[EV.G] Esclarecendo Dúvidas Comuns sobre os Planos de Entregas nas Unidade que Participam do PGD - Libras
7m 23s
O episódio esclarece dúvidas comuns sobre o plano de entregas no Programa de Gestão de Desempenho (PGD) por meio de um jogo de mitos e verdades. Primeiramente, é obrigatório elaborar o plano mesmo que apenas um agente público participe, pois ele organiza as entregas da unidade. O chefe da unidade de execução é quem elabora o plano, com aprovação do superior hierárquico, exceto quando a própria unidade que instituiu o PGD o faz, conforme a Instrução Normativa nº 24/2023. Ajustes podem ser feitos a qualquer momento, mas devem ser informados ao superior, a menos que a unidade seja a instituidora; se os ajustes afetarem planos individuais, estes devem ser repactuados.
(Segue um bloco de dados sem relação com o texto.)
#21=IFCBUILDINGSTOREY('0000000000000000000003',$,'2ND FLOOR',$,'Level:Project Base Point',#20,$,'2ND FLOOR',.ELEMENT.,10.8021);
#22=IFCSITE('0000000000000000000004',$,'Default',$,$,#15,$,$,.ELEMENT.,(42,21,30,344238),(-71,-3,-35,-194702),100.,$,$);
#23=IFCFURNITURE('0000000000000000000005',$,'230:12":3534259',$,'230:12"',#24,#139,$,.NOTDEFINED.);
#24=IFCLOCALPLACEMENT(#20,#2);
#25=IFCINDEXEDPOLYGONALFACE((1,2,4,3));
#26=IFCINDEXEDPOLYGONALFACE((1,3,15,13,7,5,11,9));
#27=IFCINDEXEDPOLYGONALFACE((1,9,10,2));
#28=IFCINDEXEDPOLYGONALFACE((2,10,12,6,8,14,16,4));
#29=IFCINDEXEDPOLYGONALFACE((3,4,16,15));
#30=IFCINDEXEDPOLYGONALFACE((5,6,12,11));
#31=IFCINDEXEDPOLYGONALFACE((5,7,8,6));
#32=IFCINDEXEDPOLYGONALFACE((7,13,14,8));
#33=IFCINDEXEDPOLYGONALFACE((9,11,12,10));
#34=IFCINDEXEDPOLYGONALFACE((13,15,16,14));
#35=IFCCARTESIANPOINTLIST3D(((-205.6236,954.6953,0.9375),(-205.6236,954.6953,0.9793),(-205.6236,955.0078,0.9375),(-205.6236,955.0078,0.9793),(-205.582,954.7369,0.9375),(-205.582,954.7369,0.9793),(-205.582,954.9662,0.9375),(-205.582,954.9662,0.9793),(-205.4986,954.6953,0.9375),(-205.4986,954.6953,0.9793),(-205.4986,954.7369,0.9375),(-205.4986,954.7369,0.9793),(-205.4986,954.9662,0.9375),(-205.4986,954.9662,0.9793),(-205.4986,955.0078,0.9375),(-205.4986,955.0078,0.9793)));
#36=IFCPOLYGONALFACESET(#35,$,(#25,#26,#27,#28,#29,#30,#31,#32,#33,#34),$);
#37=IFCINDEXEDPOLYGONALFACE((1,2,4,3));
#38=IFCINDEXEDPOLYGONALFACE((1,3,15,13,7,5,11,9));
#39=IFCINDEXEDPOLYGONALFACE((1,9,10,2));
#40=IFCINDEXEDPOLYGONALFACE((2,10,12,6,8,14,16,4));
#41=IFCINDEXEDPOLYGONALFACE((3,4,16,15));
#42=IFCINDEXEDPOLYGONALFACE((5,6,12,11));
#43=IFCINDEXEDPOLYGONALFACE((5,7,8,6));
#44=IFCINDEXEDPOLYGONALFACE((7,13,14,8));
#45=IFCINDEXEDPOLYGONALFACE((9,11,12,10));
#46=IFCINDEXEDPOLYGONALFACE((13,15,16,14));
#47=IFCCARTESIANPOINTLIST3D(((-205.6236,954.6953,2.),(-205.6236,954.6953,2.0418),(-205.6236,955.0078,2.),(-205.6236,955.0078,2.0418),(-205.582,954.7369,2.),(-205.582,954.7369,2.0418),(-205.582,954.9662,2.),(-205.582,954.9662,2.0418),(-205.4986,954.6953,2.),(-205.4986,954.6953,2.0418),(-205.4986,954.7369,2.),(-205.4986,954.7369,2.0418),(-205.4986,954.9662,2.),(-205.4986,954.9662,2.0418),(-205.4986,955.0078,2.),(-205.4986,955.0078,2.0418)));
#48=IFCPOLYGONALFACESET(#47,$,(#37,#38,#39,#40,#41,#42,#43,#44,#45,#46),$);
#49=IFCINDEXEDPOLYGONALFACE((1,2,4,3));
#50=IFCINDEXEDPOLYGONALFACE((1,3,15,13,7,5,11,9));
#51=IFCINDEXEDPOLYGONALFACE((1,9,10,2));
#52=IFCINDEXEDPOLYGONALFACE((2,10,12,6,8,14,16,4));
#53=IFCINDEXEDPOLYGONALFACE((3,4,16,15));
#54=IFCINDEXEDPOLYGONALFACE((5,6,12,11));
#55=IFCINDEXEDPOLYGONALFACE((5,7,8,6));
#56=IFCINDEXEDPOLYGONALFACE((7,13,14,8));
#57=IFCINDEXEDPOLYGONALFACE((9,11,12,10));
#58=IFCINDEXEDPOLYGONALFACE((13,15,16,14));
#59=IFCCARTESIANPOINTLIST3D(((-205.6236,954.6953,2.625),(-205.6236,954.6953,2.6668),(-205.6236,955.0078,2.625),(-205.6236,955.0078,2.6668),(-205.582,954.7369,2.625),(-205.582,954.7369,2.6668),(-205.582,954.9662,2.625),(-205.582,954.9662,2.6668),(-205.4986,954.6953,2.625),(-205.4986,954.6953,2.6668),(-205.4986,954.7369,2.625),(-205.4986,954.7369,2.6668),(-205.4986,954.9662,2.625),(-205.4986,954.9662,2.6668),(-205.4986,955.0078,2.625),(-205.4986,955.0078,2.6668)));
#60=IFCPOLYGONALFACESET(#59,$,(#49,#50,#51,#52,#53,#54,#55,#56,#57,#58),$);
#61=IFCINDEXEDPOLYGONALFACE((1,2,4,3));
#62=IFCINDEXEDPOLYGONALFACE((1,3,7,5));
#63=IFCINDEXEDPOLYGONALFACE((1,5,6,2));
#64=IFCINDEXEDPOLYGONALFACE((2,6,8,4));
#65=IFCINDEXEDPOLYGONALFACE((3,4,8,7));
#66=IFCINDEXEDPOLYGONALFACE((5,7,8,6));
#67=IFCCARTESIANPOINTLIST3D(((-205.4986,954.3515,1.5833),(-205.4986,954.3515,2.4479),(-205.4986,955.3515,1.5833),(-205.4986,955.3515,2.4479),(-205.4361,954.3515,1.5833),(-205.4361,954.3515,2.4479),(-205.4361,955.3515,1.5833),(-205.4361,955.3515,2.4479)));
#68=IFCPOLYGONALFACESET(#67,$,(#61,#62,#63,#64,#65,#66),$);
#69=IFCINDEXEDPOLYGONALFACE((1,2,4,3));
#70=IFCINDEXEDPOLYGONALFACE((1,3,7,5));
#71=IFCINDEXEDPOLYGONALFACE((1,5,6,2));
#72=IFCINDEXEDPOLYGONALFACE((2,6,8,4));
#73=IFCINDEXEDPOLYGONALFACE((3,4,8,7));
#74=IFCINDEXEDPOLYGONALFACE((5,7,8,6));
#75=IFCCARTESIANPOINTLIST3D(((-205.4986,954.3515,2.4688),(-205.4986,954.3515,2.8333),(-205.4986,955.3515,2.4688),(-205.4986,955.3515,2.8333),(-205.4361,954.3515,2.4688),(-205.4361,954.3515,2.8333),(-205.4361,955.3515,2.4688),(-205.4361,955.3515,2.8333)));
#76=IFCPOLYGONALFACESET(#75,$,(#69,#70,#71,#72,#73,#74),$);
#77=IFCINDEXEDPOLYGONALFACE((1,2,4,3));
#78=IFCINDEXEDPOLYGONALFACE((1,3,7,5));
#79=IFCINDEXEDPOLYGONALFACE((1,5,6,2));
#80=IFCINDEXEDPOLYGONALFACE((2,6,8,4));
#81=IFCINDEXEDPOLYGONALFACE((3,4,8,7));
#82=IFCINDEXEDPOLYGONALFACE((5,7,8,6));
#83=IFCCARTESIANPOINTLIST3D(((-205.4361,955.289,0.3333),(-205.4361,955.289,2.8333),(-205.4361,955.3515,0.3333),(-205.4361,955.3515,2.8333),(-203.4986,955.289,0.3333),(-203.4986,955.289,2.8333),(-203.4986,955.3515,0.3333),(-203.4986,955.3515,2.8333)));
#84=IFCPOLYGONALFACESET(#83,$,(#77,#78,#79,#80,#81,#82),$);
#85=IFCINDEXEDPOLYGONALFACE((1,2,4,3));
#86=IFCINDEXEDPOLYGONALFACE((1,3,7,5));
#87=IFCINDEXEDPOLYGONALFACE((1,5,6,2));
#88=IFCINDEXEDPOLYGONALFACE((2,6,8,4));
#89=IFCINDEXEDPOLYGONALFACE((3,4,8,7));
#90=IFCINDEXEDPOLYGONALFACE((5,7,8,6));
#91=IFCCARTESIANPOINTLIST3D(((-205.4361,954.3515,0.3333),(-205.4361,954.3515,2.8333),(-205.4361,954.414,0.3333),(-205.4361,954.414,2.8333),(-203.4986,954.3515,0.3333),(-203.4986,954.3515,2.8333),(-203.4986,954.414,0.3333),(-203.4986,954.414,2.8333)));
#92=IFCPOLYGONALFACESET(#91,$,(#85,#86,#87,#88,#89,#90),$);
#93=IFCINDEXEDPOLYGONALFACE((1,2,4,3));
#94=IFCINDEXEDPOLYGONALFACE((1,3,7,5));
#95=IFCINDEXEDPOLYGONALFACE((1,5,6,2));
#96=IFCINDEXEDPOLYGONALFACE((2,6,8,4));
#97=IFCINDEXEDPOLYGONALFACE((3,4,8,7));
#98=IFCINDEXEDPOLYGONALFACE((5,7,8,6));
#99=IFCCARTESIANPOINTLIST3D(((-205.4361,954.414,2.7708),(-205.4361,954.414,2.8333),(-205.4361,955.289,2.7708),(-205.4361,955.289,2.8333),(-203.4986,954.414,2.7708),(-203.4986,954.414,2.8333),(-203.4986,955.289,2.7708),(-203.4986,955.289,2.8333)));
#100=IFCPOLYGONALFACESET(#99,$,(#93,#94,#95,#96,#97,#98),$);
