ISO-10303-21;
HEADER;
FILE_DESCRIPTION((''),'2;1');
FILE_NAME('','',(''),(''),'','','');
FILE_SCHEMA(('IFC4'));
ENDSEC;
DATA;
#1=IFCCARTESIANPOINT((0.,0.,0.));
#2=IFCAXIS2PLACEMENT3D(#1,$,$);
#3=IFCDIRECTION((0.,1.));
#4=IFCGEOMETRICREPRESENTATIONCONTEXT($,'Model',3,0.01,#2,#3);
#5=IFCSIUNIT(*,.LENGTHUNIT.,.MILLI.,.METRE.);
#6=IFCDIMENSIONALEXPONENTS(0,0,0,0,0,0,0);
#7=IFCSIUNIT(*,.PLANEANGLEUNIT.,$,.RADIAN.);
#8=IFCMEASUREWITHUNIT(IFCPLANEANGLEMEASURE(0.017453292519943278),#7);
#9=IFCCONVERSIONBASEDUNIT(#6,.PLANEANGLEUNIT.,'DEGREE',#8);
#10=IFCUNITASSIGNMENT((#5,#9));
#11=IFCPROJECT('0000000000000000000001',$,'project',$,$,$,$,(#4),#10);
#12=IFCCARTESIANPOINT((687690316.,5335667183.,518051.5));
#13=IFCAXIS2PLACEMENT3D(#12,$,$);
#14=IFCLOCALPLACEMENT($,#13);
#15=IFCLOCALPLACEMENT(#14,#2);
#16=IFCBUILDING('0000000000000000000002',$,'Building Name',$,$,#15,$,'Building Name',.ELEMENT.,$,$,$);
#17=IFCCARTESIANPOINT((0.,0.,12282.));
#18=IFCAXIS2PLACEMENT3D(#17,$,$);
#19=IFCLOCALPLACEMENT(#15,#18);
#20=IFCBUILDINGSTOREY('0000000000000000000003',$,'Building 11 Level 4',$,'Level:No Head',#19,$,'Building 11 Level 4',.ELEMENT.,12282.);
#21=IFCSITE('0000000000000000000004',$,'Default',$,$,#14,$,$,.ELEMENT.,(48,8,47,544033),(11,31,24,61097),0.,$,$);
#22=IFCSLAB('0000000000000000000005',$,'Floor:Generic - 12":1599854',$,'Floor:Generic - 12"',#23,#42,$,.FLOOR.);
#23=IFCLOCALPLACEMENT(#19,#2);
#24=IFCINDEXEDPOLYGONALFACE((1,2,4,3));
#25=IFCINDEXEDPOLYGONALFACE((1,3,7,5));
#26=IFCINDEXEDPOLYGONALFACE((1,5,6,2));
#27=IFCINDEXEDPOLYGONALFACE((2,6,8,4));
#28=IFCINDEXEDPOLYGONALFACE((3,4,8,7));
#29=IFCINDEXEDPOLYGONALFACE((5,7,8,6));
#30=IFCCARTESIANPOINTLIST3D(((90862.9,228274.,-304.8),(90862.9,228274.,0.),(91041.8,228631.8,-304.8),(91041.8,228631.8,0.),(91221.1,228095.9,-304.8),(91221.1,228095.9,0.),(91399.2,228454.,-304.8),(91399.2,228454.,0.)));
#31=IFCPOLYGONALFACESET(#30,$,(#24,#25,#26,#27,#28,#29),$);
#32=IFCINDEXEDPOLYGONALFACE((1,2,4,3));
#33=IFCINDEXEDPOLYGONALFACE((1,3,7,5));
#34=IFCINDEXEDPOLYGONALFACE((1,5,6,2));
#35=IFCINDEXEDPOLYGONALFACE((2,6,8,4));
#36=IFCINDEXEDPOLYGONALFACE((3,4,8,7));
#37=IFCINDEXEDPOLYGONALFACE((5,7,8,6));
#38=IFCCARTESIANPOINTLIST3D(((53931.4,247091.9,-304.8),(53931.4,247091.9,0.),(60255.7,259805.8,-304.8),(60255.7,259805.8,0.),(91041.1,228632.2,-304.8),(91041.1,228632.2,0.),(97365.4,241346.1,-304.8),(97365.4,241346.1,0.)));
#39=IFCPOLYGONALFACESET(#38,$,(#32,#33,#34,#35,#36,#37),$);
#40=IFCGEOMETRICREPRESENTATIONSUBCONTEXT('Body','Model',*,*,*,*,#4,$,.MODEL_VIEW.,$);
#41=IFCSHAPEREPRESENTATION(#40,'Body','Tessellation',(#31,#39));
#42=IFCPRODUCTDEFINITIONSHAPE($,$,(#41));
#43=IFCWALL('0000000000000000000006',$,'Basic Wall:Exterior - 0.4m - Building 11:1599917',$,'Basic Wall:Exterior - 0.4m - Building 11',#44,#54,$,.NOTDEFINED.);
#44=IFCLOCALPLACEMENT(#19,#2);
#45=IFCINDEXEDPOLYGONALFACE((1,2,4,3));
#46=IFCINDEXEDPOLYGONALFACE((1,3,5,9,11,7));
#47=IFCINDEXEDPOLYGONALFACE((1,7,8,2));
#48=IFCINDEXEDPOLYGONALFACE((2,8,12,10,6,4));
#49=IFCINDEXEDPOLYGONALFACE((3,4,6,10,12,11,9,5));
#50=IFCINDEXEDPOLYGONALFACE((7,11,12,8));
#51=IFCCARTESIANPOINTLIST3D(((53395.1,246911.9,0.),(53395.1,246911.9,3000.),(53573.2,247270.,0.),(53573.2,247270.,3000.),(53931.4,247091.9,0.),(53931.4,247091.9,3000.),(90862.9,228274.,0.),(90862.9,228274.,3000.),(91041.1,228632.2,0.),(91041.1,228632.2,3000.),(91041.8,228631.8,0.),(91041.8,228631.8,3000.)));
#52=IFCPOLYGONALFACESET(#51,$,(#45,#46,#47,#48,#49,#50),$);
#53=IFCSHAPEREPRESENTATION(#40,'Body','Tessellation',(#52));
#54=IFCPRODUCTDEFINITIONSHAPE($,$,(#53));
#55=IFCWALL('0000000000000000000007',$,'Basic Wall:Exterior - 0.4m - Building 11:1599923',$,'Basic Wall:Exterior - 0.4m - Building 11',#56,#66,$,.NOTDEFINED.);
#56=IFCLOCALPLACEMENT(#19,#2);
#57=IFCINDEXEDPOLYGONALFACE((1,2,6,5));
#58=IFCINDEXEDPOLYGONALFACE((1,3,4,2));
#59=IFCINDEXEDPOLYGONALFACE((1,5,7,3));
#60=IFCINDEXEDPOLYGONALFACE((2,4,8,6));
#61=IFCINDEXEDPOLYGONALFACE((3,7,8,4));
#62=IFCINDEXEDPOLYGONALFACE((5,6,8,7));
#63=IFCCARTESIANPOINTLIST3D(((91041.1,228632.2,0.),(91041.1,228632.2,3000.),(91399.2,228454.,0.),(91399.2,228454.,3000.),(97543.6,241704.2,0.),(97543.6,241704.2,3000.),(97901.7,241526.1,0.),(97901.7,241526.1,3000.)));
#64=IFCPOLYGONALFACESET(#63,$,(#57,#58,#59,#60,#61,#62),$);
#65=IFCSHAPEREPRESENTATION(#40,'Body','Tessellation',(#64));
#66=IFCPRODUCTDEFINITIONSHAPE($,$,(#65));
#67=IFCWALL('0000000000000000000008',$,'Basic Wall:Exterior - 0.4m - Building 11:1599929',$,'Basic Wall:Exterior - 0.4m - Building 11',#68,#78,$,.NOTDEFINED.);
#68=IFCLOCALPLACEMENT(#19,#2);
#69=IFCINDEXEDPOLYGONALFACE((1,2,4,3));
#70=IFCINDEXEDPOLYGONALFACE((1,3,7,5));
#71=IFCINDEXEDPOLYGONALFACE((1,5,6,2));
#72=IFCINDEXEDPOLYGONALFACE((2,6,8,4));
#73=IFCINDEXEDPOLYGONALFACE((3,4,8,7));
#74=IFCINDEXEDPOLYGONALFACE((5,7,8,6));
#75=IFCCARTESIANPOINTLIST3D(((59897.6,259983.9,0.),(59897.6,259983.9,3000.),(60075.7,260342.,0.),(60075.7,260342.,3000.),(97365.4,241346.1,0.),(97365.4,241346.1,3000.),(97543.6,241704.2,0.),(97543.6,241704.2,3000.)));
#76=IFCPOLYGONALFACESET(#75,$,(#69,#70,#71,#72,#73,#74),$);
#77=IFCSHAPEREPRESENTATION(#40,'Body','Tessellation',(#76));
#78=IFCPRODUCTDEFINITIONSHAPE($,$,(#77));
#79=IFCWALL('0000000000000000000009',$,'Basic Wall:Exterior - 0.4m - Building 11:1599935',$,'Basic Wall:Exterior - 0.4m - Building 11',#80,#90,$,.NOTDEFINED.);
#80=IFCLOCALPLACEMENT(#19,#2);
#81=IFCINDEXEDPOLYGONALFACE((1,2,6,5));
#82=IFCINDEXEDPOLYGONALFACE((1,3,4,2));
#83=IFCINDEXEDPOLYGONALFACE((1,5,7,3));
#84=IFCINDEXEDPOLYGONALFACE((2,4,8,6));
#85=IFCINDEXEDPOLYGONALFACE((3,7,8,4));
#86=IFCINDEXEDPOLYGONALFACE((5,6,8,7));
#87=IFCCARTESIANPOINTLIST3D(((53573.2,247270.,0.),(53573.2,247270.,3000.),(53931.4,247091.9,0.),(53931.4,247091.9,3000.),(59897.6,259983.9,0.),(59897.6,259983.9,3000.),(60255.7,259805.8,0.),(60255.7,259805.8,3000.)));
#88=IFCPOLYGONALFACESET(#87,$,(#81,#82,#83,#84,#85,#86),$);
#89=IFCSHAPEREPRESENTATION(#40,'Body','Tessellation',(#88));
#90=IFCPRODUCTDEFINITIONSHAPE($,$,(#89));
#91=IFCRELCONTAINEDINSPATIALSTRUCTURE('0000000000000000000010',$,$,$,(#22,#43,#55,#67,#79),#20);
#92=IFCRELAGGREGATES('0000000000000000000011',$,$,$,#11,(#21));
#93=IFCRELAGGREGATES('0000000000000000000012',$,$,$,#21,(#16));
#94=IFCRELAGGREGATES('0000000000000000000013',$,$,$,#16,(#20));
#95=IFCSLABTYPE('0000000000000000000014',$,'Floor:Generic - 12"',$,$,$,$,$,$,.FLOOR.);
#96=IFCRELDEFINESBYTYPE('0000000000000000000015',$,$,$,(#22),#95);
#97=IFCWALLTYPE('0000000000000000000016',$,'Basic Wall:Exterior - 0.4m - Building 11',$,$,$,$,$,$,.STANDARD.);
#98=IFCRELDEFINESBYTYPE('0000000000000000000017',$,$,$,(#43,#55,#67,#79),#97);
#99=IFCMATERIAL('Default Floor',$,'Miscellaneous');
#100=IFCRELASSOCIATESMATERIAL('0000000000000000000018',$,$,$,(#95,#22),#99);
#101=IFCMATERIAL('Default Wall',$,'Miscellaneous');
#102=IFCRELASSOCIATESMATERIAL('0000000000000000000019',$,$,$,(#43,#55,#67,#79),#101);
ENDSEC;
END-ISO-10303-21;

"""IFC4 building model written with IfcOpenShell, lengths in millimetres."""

from ifc_helpers import new_model, entity, si_unit, converted_unit, direction, frame, origin, place, context, subcontext, project, spatial, indexed_curve, outline, extrude, material, type_object, element, save


model = new_model("IFC4")

# Units and contexts
model_context = context("Model", 3, precision=0.01, world=origin(), true_north=direction((0.0, 1.0)))
body_context = subcontext(model_context, "Body", "Model", "MODEL_VIEW")
ifc_project = project(units=[si_unit("LENGTHUNIT", "METRE", prefix="MILLI"), converted_unit("PLANEANGLEUNIT", "DEGREE", entity("IfcPlaneAngleMeasure", 0.017453292519943278), si_unit("PLANEANGLEUNIT", "RADIAN"), dimensions=[0, 0, 0, 0, 0, 0, 0])], contexts=[model_context])

# Site, building, storey
site_placement = place(None, frame((687690316.0, 5335667183.0, 518051.5)))
site = spatial("IfcSite", under=ifc_project, at=site_placement, Name="Default", CompositionType="ELEMENT", RefLatitude=(48, 8, 47, 544033), RefLongitude=(11, 31, 24, 61097), RefElevation=0.0)
building_placement = place(site_placement, origin())
building = spatial("IfcBuilding", under=site, at=building_placement, Name="Building Name", LongName="Building Name", CompositionType="ELEMENT")
storey_placement = place(building_placement, frame((0.0, 0.0, 12282.0)))
storey = spatial("IfcBuildingStorey", under=building, at=storey_placement, Name="Building 11 Level 4", ObjectType="Level:No Head", LongName="Building 11 Level 4", CompositionType="ELEMENT", Elevation=12282.0)

# Slab
ifc_material_1 = material(Name="Default Floor", Category="Miscellaneous")
slab_type = type_object("IfcSlabType", Name="Floor:Generic - 12\"", PredefinedType="FLOOR", material=ifc_material_1)
slab_placement = place(storey_placement, origin())
element("IfcSlab", 1, at=slab_placement, inside=storey, type_object=slab_type, material=ifc_material_1, Name="Floor:Generic - 12\":1599854", ObjectType="Floor:Generic - 12\"", PredefinedType="FLOOR", context=body_context, shape_type="SweptSolid", body=[
    extrude(outline(indexed_curve([(-199.6, -199.8), (200.4, -199.8), (199.6, 200.2), (-200.4, 199.4), (-199.6, -199.8)], self_intersect=False)), frame((91131.2, 228363.9, -304.8), z_axis=(0.0, 0.0, 1.0), x_axis=(-0.447226, -0.894421, 0.0)), (0.0, 0.0, 1.0), 304.8),
    extrude(outline(indexed_curve([(-20723.7, -7100.0), (20723.7, -7100.0), (20723.7, 7100.0), (-20723.7, 7100.0), (-20723.7, -7100.0)], self_intersect=False)), frame((75648.4, 244219.0, -304.8), z_axis=(0.0, 0.0, 1.0), x_axis=(-0.895344, 0.445376, 0.0)), (0.0, 0.0, 1.0), 304.8),
])

# Walls
ifc_material_2 = material(Name="Default Wall", Category="Miscellaneous")
wall_type = type_object("IfcWallType", Name="Basic Wall:Exterior - 0.4m - Building 11", PredefinedType="STANDARD")
wall_1_placement = place(storey_placement, frame((53484.2, 247091.0, 0.0), z_axis=(0.0, 0.0, 1.0), x_axis=(0.895344, -0.445376, 0.0)))
element("IfcWall", 2, at=wall_1_placement, inside=storey, type_object=wall_type, material=ifc_material_2, Name="Basic Wall:Exterior - 0.4m - Building 11:1599917", ObjectType="Basic Wall:Exterior - 0.4m - Building 11", PredefinedType="NOTDEFINED", context=body_context, shape_type="SweptSolid", body=[
    extrude(outline(indexed_curve([(41847.4, -200.0), (41848.3, 200.0), (41847.4, 200.0), (400.0, 200.0), (0.0, 200.0), (0.0, -200.0), (41847.4, -200.0)], self_intersect=False)), origin(), (0.0, 0.0, 1.0), 3000.0),
])
wall_2_placement = place(storey_placement, frame((91220.1, 228543.1, 0.0), z_axis=(0.0, 0.0, 1.0), x_axis=(0.445376, 0.895344, 0.0)))
element("IfcWall", 3, at=wall_2_placement, inside=storey, type_object=wall_type, material=ifc_material_2, Name="Basic Wall:Exterior - 0.4m - Building 11:1599923", ObjectType="Basic Wall:Exterior - 0.4m - Building 11", PredefinedType="NOTDEFINED", context=body_context, shape_type="SweptSolid", body=[
    extrude(outline(indexed_curve([(14600.0, 200.0), (0.0, 200.0), (0.0, -200.0), (14600.0, -200.0), (14600.0, 200.0)], self_intersect=False)), origin(), (0.0, 0.0, 1.0), 3000.0),
])
wall_3_placement = place(storey_placement, frame((97454.5, 241525.1, 0.0), z_axis=(0.0, 0.0, 1.0), x_axis=(-0.895344, 0.445376, 0.0)))
element("IfcWall", 4, at=wall_3_placement, inside=storey, type_object=wall_type, material=ifc_material_2, Name="Basic Wall:Exterior - 0.4m - Building 11:1599929", ObjectType="Basic Wall:Exterior - 0.4m - Building 11", PredefinedType="NOTDEFINED", context=body_context, shape_type="SweptSolid", body=[
    extrude(outline(indexed_curve([(41847.4, 200.0), (0.0, 200.0), (0.0, -200.0), (41847.4, -200.0), (41847.4, 200.0)], self_intersect=False)), origin(), (0.0, 0.0, 1.0), 3000.0),
])
wall_4_placement = place(storey_placement, frame((60076.6, 259894.8, 0.0), z_axis=(0.0, 0.0, 1.0), x_axis=(-0.445376, -0.895344, 0.0)))
element("IfcWall", 5, at=wall_4_placement, inside=storey, type_object=wall_type, material=ifc_material_2, Name="Basic Wall:Exterior - 0.4m - Building 11:1599935", ObjectType="Basic Wall:Exterior - 0.4m - Building 11", PredefinedType="NOTDEFINED", context=body_context, shape_type="SweptSolid", body=[
    extrude(outline(indexed_curve([(14200.0, 200.0), (0.0, 200.0), (0.0, -200.0), (14200.0, -200.0), (14200.0, 200.0)], self_intersect=False)), origin(), (0.0, 0.0, 1.0), 3000.0),
])

save(model, "model.ifc")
O plano não tem vigência mínima, mas máxima de um ano, podendo ser renovado. A avaliação cabe ao superior hierárquico, não ao destinatário, embora os destinatários possam participar. O plano abrange toda a unidade, incluindo não participantes do PGD, e não precisa estar alinhado formalmente ao planejamento estratégico, embora isso seja recomendável. Unidades superiores podem criar planos que vinculem os das subordinadas, mas cada unidade de execução só pode ter um plano em vigor. Essas regras visam simplificar a gestão das entregas e garantir clareza no processo.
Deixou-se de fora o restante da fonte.